Below are records; copy every line in them that holds the word "IFCPRODUCTDEFINITIONSHAPE".

[Dataset entries]
╭──
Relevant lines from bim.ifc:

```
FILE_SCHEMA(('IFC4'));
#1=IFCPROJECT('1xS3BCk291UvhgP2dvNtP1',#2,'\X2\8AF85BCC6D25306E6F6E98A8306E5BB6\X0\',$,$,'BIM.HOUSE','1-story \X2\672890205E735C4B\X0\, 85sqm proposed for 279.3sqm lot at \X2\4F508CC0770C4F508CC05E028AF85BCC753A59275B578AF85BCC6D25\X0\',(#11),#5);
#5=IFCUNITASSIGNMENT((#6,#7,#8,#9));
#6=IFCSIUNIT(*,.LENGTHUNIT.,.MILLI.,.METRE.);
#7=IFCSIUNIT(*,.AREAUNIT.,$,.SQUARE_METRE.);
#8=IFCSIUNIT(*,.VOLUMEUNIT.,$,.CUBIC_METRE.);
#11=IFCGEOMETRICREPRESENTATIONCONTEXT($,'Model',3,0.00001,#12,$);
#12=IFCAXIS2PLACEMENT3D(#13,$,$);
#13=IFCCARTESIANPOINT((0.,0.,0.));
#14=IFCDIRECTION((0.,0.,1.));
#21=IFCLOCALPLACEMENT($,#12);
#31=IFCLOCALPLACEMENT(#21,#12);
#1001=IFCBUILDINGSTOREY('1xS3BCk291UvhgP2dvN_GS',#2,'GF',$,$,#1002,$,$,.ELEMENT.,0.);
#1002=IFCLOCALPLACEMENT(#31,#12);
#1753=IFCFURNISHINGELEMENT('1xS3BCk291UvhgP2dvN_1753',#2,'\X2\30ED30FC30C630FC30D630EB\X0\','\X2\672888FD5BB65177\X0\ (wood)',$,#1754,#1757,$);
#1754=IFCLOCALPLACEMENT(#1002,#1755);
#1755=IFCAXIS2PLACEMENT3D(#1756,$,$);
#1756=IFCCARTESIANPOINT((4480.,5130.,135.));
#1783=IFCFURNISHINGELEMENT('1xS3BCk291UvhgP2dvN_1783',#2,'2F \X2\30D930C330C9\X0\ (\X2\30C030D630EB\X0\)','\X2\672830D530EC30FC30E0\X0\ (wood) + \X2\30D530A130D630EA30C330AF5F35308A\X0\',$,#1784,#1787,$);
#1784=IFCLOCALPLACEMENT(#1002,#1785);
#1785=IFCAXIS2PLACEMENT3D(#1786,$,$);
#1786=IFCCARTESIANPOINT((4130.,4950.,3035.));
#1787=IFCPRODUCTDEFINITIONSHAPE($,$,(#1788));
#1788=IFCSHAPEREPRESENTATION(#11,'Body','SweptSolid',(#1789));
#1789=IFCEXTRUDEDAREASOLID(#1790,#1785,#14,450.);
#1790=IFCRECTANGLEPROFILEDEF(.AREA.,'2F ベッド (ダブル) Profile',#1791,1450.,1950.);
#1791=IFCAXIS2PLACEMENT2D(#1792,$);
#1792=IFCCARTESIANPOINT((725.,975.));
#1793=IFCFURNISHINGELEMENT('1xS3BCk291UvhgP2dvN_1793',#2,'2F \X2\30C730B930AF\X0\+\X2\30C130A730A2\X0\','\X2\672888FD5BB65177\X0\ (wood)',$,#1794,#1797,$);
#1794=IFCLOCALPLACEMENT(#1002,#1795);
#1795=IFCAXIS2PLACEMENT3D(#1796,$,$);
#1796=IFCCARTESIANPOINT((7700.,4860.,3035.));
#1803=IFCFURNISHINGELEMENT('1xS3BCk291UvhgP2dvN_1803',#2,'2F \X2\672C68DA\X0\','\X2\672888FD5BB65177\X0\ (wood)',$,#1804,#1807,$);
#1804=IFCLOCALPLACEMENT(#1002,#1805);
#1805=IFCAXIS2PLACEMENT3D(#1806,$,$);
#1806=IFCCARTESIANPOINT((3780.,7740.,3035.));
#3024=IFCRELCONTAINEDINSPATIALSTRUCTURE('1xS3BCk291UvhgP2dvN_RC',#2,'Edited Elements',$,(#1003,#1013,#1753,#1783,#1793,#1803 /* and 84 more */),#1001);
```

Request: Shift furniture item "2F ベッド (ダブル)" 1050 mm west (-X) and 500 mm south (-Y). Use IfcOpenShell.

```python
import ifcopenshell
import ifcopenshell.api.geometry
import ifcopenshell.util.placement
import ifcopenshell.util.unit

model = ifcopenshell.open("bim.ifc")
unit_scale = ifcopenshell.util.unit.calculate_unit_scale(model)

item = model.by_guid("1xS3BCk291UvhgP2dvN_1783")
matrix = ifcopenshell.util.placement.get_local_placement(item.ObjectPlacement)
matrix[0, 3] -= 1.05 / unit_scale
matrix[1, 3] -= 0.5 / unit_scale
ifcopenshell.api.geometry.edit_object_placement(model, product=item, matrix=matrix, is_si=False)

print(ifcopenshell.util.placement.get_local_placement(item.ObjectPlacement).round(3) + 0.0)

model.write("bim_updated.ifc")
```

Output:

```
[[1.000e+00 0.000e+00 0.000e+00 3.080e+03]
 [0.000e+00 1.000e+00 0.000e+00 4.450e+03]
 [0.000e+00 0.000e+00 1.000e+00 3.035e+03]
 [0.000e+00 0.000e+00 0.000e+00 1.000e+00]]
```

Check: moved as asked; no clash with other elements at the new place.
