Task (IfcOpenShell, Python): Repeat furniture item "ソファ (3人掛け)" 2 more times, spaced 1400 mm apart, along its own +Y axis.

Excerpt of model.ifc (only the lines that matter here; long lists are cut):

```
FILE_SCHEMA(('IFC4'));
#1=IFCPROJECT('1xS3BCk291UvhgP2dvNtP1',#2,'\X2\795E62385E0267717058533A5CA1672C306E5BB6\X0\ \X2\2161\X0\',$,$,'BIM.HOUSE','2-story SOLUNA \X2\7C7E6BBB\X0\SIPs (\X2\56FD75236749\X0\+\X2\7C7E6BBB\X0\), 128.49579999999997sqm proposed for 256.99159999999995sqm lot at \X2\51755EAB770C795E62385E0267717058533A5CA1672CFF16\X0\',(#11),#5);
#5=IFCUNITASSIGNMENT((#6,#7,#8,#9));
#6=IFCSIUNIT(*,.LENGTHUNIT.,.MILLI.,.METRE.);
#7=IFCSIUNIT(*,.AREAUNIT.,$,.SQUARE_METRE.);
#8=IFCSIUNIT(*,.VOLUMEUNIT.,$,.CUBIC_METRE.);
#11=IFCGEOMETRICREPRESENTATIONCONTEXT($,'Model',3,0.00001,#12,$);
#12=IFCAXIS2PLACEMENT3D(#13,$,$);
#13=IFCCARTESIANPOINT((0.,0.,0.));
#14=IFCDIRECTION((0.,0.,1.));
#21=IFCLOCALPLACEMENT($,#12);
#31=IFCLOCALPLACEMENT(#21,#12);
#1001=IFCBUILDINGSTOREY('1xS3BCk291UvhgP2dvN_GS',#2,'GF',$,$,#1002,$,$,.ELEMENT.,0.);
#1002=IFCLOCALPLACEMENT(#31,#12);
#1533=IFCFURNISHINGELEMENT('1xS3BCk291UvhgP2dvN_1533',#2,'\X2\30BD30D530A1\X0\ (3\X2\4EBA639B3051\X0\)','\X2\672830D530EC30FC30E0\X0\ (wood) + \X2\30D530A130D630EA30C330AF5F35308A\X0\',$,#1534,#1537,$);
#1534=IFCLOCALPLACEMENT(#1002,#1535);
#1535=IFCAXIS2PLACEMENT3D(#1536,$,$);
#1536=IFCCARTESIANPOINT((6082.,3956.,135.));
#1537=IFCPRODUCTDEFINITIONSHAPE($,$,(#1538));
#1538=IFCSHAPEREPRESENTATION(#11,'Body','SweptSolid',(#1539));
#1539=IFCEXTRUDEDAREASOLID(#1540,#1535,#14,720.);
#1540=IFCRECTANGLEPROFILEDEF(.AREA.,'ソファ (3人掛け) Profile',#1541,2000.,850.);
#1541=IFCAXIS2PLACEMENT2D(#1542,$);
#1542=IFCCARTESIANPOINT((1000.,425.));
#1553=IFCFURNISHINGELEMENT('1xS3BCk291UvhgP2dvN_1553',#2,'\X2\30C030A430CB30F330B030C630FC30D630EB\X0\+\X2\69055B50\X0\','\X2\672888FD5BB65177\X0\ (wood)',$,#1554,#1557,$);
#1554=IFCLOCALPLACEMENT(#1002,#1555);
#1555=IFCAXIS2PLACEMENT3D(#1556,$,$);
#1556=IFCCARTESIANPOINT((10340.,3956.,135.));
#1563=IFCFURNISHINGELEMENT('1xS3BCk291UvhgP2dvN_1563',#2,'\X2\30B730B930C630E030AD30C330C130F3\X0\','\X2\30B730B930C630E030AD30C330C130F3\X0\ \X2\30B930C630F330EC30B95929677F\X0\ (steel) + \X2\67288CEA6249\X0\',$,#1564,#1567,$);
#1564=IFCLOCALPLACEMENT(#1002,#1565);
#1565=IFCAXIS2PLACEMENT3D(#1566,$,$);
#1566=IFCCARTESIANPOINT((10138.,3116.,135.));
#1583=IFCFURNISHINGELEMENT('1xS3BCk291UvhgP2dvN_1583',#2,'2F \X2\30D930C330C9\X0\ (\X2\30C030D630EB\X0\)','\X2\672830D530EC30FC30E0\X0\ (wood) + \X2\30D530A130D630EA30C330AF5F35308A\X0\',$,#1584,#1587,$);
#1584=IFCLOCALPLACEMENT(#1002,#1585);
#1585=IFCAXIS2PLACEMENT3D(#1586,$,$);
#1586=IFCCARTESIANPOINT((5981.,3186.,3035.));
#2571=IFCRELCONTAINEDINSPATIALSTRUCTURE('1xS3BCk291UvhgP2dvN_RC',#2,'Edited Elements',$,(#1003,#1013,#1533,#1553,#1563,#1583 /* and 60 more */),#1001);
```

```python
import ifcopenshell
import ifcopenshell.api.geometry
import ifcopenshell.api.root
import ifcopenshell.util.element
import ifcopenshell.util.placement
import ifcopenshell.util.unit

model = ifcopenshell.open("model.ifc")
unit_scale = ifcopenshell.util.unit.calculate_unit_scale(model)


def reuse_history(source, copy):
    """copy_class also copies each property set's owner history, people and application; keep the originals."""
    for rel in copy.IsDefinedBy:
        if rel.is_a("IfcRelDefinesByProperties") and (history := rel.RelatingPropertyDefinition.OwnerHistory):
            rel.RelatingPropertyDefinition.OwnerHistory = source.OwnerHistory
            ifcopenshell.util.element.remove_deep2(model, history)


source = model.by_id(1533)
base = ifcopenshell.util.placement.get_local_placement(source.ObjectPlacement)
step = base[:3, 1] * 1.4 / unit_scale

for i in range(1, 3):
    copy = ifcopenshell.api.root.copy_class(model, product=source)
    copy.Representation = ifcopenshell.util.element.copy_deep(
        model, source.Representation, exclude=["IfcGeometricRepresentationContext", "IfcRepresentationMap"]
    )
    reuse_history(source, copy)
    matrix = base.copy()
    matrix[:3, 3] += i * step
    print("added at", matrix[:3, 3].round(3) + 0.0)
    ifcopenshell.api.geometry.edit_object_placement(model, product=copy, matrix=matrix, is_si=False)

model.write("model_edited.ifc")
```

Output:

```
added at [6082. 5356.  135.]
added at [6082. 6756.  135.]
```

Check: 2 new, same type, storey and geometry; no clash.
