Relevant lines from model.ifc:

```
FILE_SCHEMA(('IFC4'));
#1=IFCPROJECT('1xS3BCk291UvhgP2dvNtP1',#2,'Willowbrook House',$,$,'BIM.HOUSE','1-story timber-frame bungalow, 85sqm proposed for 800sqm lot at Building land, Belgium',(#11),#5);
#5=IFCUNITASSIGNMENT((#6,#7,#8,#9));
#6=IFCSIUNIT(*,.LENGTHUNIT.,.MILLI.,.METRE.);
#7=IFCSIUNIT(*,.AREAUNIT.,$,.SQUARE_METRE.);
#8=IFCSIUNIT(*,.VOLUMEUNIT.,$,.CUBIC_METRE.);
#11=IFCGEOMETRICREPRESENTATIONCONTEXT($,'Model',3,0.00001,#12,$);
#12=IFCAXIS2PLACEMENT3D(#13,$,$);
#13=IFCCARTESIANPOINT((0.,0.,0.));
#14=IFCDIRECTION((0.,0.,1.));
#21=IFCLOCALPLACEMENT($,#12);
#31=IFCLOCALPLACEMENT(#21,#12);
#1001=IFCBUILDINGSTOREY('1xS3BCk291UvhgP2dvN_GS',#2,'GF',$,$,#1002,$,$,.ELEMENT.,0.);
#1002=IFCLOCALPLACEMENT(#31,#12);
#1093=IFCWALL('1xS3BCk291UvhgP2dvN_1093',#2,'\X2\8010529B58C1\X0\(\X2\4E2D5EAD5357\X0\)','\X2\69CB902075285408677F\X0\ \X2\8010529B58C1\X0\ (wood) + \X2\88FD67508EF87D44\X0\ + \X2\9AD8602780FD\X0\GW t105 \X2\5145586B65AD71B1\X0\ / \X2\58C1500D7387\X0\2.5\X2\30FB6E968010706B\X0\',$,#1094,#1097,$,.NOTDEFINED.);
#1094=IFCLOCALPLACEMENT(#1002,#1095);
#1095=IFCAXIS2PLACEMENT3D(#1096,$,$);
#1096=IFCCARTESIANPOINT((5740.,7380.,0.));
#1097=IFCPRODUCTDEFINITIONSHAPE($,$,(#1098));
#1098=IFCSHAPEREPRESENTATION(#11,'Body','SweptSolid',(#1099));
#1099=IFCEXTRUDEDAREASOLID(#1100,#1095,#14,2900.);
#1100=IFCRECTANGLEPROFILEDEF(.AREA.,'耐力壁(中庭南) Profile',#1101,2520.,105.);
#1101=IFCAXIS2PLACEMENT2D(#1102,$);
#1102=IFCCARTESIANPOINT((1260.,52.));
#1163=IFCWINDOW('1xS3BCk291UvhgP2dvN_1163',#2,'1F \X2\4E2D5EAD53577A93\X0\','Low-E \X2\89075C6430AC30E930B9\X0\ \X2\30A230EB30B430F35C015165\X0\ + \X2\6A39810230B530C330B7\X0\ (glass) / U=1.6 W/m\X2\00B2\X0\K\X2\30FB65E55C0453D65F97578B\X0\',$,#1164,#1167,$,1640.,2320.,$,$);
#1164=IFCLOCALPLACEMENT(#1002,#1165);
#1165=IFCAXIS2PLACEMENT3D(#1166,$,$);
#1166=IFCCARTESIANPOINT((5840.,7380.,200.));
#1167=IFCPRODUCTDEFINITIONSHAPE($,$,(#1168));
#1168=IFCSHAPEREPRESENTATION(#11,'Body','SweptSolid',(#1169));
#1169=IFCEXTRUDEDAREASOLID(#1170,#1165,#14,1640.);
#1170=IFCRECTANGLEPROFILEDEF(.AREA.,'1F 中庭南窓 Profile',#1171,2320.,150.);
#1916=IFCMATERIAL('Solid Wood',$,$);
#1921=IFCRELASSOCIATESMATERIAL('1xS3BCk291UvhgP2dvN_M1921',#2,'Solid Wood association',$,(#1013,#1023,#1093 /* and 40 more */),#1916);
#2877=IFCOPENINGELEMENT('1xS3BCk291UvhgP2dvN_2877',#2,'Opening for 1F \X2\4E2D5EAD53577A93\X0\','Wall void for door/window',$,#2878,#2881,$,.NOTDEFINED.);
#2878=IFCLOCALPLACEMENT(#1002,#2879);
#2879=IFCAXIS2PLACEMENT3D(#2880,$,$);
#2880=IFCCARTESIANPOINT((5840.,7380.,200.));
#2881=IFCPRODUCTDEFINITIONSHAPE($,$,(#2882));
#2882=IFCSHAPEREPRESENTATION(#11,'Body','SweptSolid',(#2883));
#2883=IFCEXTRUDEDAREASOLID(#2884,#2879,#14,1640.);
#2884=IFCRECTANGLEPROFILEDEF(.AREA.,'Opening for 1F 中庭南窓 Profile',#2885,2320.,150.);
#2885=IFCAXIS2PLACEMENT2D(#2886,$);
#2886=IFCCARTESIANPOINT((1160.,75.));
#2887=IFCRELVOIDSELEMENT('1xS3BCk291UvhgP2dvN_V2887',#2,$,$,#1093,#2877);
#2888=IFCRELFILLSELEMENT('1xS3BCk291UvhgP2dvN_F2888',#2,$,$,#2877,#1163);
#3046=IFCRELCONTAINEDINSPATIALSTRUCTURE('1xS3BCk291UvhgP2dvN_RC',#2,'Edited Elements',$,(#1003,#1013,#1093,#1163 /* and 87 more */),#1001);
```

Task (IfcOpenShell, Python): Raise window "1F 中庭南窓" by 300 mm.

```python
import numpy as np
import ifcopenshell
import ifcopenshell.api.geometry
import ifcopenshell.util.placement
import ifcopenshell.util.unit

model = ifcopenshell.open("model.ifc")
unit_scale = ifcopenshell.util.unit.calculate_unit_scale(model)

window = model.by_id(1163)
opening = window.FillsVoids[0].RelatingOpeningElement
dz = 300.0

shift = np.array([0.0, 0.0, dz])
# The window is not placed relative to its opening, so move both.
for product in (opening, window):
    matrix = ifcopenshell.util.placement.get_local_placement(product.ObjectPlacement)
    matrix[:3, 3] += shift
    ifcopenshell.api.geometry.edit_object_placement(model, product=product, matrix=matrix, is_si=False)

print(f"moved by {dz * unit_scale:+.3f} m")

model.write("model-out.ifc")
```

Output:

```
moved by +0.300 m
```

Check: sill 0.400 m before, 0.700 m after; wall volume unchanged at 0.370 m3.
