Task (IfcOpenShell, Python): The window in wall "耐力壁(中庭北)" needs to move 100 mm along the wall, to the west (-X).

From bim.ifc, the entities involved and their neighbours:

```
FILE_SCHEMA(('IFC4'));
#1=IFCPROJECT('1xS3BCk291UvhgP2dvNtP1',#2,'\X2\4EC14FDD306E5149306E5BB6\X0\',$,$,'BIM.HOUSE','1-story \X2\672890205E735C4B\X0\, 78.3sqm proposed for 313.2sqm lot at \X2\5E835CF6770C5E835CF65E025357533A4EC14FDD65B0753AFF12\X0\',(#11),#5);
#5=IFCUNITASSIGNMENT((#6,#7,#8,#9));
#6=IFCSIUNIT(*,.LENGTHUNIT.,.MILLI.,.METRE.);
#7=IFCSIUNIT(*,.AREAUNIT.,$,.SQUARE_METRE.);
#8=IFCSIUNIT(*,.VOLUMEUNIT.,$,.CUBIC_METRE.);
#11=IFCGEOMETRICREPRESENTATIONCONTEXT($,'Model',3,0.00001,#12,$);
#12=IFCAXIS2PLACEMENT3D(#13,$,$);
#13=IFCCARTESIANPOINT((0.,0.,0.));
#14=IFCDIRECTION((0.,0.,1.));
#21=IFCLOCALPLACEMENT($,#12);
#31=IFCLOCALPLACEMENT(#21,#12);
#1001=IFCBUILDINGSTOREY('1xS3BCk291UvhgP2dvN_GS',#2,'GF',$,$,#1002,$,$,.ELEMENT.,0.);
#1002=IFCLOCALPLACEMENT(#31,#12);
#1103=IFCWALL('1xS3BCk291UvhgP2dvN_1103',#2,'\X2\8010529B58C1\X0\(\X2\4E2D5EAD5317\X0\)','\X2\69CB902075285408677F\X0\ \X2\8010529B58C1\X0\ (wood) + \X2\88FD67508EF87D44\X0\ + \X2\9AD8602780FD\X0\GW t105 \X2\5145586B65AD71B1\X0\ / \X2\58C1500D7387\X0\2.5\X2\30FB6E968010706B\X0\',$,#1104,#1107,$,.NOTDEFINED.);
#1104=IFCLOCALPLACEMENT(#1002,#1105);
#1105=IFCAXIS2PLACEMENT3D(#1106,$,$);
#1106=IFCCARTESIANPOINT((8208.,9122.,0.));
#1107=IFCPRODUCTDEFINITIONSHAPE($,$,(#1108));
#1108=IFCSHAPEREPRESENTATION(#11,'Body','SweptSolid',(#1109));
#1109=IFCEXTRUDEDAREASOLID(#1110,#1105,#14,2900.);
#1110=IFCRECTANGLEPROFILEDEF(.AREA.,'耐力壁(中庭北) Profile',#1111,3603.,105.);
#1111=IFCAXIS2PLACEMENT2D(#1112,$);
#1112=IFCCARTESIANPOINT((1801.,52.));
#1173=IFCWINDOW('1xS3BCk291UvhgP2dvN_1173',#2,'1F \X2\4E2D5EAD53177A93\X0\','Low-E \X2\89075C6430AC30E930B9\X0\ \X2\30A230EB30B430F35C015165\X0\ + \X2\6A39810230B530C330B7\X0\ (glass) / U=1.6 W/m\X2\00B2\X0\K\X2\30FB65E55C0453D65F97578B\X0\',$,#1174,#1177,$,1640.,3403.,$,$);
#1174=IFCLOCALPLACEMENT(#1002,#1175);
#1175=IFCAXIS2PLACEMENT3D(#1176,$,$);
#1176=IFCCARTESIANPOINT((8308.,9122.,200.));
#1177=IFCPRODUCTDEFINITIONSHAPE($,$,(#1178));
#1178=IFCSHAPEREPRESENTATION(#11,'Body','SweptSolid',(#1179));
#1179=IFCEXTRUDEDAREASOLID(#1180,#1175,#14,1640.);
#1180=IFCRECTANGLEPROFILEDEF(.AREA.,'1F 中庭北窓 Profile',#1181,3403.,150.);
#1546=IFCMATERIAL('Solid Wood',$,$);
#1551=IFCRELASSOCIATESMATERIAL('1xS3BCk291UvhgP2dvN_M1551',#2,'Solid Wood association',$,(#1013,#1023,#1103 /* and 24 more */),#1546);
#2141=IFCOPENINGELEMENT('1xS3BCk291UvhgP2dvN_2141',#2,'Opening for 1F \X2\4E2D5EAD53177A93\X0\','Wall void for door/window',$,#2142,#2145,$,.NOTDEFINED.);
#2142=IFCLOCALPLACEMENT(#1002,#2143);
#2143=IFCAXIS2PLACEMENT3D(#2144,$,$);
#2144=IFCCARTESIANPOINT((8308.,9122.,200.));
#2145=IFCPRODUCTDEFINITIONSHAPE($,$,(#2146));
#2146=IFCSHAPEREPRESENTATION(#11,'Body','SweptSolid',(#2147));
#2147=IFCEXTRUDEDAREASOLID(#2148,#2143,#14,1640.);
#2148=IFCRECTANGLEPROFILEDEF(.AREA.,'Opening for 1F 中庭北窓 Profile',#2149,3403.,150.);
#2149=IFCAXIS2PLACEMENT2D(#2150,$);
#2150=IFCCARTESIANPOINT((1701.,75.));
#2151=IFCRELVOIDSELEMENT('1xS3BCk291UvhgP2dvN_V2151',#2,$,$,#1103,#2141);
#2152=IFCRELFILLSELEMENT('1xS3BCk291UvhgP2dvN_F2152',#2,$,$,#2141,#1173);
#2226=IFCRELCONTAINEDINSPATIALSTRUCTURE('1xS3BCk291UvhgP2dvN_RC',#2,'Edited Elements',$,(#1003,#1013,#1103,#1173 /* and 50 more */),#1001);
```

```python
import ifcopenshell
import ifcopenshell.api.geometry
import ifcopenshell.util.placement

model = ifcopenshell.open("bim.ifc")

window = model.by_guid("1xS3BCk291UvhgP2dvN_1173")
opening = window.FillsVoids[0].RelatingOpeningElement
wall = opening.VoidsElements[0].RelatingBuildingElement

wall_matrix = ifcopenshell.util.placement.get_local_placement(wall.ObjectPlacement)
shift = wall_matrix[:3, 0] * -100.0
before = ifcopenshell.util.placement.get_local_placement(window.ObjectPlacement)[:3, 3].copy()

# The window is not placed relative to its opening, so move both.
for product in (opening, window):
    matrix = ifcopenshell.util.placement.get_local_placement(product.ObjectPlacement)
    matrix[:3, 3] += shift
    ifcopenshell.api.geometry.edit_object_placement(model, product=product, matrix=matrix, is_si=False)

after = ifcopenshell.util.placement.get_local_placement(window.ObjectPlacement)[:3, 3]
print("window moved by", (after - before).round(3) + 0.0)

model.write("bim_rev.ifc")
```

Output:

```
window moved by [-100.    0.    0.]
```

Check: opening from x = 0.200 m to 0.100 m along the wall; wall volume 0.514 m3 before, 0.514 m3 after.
╰──
** FINISHED TASK **
#1787=IFCPRODUCTDEFINITIONSHAPE($,$,(#1788));
#1537=IFCPRODUCTDEFINITIONSHAPE($,$,(#1538));
#1097=IFCPRODUCTDEFINITIONSHAPE($,$,(#1098));
#1167=IFCPRODUCTDEFINITIONSHAPE($,$,(#1168));
#2881=IFCPRODUCTDEFINITIONSHAPE($,$,(#2882));
#1107=IFCPRODUCTDEFINITIONSHAPE($,$,(#1108));
#1177=IFCPRODUCTDEFINITIONSHAPE($,$,(#1178));
#2145=IFCPRODUCTDEFINITIONSHAPE($,$,(#2146));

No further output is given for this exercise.